| About this task |
This exercise asks for an exact transcription of every entry.

| Records from a data collection |
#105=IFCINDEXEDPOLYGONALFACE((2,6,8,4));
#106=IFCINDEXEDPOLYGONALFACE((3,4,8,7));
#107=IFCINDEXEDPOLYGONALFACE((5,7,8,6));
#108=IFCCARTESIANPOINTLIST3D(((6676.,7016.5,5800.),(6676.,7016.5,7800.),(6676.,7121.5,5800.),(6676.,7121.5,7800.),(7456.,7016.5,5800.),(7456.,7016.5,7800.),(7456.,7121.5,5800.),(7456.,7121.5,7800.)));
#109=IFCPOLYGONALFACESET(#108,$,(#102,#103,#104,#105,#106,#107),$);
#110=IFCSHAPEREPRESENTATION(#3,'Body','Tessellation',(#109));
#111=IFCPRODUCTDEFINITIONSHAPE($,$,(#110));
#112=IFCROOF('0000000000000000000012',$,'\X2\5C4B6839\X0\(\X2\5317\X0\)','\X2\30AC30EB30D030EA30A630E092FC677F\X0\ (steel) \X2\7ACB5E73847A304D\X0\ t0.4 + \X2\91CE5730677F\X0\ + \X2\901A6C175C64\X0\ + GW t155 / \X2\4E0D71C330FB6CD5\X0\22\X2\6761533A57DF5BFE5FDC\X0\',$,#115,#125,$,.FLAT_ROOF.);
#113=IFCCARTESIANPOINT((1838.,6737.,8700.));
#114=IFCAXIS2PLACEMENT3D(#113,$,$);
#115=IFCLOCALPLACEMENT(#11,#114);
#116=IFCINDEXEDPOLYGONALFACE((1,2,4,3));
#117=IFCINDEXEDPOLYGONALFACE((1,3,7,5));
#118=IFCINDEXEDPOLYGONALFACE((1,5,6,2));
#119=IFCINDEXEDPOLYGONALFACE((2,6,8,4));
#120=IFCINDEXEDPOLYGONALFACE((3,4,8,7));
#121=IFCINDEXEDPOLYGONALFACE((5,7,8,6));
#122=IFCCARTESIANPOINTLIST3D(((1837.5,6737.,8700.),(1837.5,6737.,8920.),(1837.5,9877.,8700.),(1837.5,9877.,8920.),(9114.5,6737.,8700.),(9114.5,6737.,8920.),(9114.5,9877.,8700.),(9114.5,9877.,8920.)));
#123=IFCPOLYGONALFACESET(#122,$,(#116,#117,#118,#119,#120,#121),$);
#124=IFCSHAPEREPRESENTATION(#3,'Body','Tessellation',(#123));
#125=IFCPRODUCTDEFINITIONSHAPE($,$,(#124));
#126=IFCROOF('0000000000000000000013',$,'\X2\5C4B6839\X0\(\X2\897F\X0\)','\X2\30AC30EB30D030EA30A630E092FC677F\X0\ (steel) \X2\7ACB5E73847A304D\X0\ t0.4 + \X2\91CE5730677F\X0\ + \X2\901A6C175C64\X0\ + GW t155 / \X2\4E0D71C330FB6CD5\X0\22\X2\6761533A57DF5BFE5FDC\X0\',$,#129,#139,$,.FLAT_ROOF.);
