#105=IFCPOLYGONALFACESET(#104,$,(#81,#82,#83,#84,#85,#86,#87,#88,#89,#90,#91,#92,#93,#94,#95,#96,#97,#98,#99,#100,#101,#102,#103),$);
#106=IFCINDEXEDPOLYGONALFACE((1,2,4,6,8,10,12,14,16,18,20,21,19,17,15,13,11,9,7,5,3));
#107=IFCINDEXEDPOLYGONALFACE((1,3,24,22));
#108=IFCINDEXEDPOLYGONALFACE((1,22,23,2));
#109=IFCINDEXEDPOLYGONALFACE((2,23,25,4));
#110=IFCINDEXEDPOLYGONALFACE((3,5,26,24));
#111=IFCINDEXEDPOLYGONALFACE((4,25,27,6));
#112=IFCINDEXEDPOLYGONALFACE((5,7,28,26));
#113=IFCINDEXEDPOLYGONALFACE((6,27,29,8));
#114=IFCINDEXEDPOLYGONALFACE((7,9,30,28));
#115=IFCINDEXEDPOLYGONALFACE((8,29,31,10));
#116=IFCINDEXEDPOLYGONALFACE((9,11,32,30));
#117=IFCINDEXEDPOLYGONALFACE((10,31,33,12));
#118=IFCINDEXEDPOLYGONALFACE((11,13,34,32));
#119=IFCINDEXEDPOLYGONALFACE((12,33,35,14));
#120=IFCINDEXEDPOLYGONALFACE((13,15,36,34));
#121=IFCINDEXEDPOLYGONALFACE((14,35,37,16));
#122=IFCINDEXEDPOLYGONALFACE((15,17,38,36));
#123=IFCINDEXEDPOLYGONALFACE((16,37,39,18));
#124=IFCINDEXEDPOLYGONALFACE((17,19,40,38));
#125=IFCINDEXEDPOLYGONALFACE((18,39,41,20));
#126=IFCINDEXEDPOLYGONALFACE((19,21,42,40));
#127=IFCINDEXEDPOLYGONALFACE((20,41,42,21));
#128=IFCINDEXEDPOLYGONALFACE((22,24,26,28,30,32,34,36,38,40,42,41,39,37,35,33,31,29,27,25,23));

| Written response |
#105=IFCINDEXEDPOLYGONALFACE((2,6,8,4));
#106=IFCINDEXEDPOLYGONALFACE((3,4,8,7));
#107=IFCINDEXEDPOLYGONALFACE((5,7,8,6));
#108=IFCCARTESIANPOINTLIST3D(((6676.,7016.5,5800.),(6676.,7016.5,7800.),(6676.,7121.5,5800.),(6676.,7121.5,7800.),(7456.,7016.5,5800.),(7456.,7016.5,7800.),(7456.,7121.5,5800.),(7456.,7121.5,7800.)));
#109=IFCPOLYGONALFACESET(#108,$,(#102,#103,#104,#105,#106,#107),$);
#110=IFCSHAPEREPRESENTATION(#3,'Body','Tessellation',(#109));
#111=IFCPRODUCTDEFINITIONSHAPE($,$,(#110));
#112=IFCROOF('0000000000000000000012',$,'\X2\5C4B6839\X0\(\X2\5317\X0\)','\X2\30AC30EB30D030EA30A630E092FC677F\X0\ (steel) \X2\7ACB5E73847A304D\X0\ t0.4 + \X2\91CE5730677F\X0\ + \X2\901A6C175C64\X0\ + GW t155 / \X2\4E0D71C330FB6CD5\X0\22\X2\6761533A57DF5BFE5FDC\X0\',$,#115,#125,$,.FLAT_ROOF.);
#113=IFCCARTESIANPOINT((1838.,6737.,8700.));
#114=IFCAXIS2PLACEMENT3D(#113,$,$);
#115=IFCLOCALPLACEMENT(#11,#114);
#116=IFCINDEXEDPOLYGONALFACE((1,2,4,3));
#117=IFCINDEXEDPOLYGONALFACE((1,3,7,5));
#118=IFCINDEXEDPOLYGONALFACE((1,5,6,2));
#119=IFCINDEXEDPOLYGONALFACE((2,6,8,4));
#120=IFCINDEXEDPOLYGONALFACE((3,4,8,7));
#121=IFCINDEXEDPOLYGONALFACE((5,7,8,6));
#122=IFCCARTESIANPOINTLIST3D(((1837.5,6737.,8700.),(1837.5,6737.,8920.),(1837.5,9877.,8700.),(1837.5,9877.,8920.),(9114.5,6737.,8700.),(9114.5,6737.,8920.),(9114.5,9877.,8700.),(9114.5,9877.,8920.)));
#123=IFCPOLYGONALFACESET(#122,$,(#116,#117,#118,#119,#120,#121),$);
#124=IFCSHAPEREPRESENTATION(#3,'Body','Tessellation',(#123));
#125=IFCPRODUCTDEFINITIONSHAPE($,$,(#124));
#126=IFCROOF('0000000000000000000013',$,'\X2\5C4B6839\X0\(\X2\897F\X0\)','\X2\30AC30EB30D030EA30A630E092FC677F\X0\ (steel) \X2\7ACB5E73847A304D\X0\ t0.4 + \X2\91CE5730677F\X0\ + \X2\901A6C175C64\X0\ + GW t155 / \X2\4E0D71C330FB6CD5\X0\22\X2\6761533A57DF5BFE5FDC\X0\',$,#129,#139,$,.FLAT_ROOF.);
#105=IFCPOLYGONALFACESET(#104,$,(#81,#82,#83,#84,#85,#86,#87,#88,#89,#90,#91,#92,#93,#94,#95,#96,#97,#98,#99,#100,#101,#102,#103),$);
#106=IFCINDEXEDPOLYGONALFACE((1,2,4,6,8,10,12,14,16,18,20,21,19,17,15,13,11,9,7,5,3));
#107=IFCINDEXEDPOLYGONALFACE((1,3,24,22));
#108=IFCINDEXEDPOLYGONALFACE((1,22,23,2));
#109=IFCINDEXEDPOLYGONALFACE((2,23,25,4));
#110=IFCINDEXEDPOLYGONALFACE((3,5,26,24));
#111=IFCINDEXEDPOLYGONALFACE((4,25,27,6));
#112=IFCINDEXEDPOLYGONALFACE((5,7,28,26));
#113=IFCINDEXEDPOLYGONALFACE((6,27,29,8));
#114=IFCINDEXEDPOLYGONALFACE((7,9,30,28));
#115=IFCINDEXEDPOLYGONALFACE((8,29,31,10));
#116=IFCINDEXEDPOLYGONALFACE((9,11,32,30));
#117=IFCINDEXEDPOLYGONALFACE((10,31,33,12));
#118=IFCINDEXEDPOLYGONALFACE((11,13,34,32));
#119=IFCINDEXEDPOLYGONALFACE((12,33,35,14));
#120=IFCINDEXEDPOLYGONALFACE((13,15,36,34));
#121=IFCINDEXEDPOLYGONALFACE((14,35,37,16));
#122=IFCINDEXEDPOLYGONALFACE((15,17,38,36));
#123=IFCINDEXEDPOLYGONALFACE((16,37,39,18));
#124=IFCINDEXEDPOLYGONALFACE((17,19,40,38));
#125=IFCINDEXEDPOLYGONALFACE((18,39,41,20));
#126=IFCINDEXEDPOLYGONALFACE((19,21,42,40));
#127=IFCINDEXEDPOLYGONALFACE((20,41,42,21));
#128=IFCINDEXEDPOLYGONALFACE((22,24,26,28,30,32,34,36,38,40,42,41,39,37,35,33,31,29,27,25,23));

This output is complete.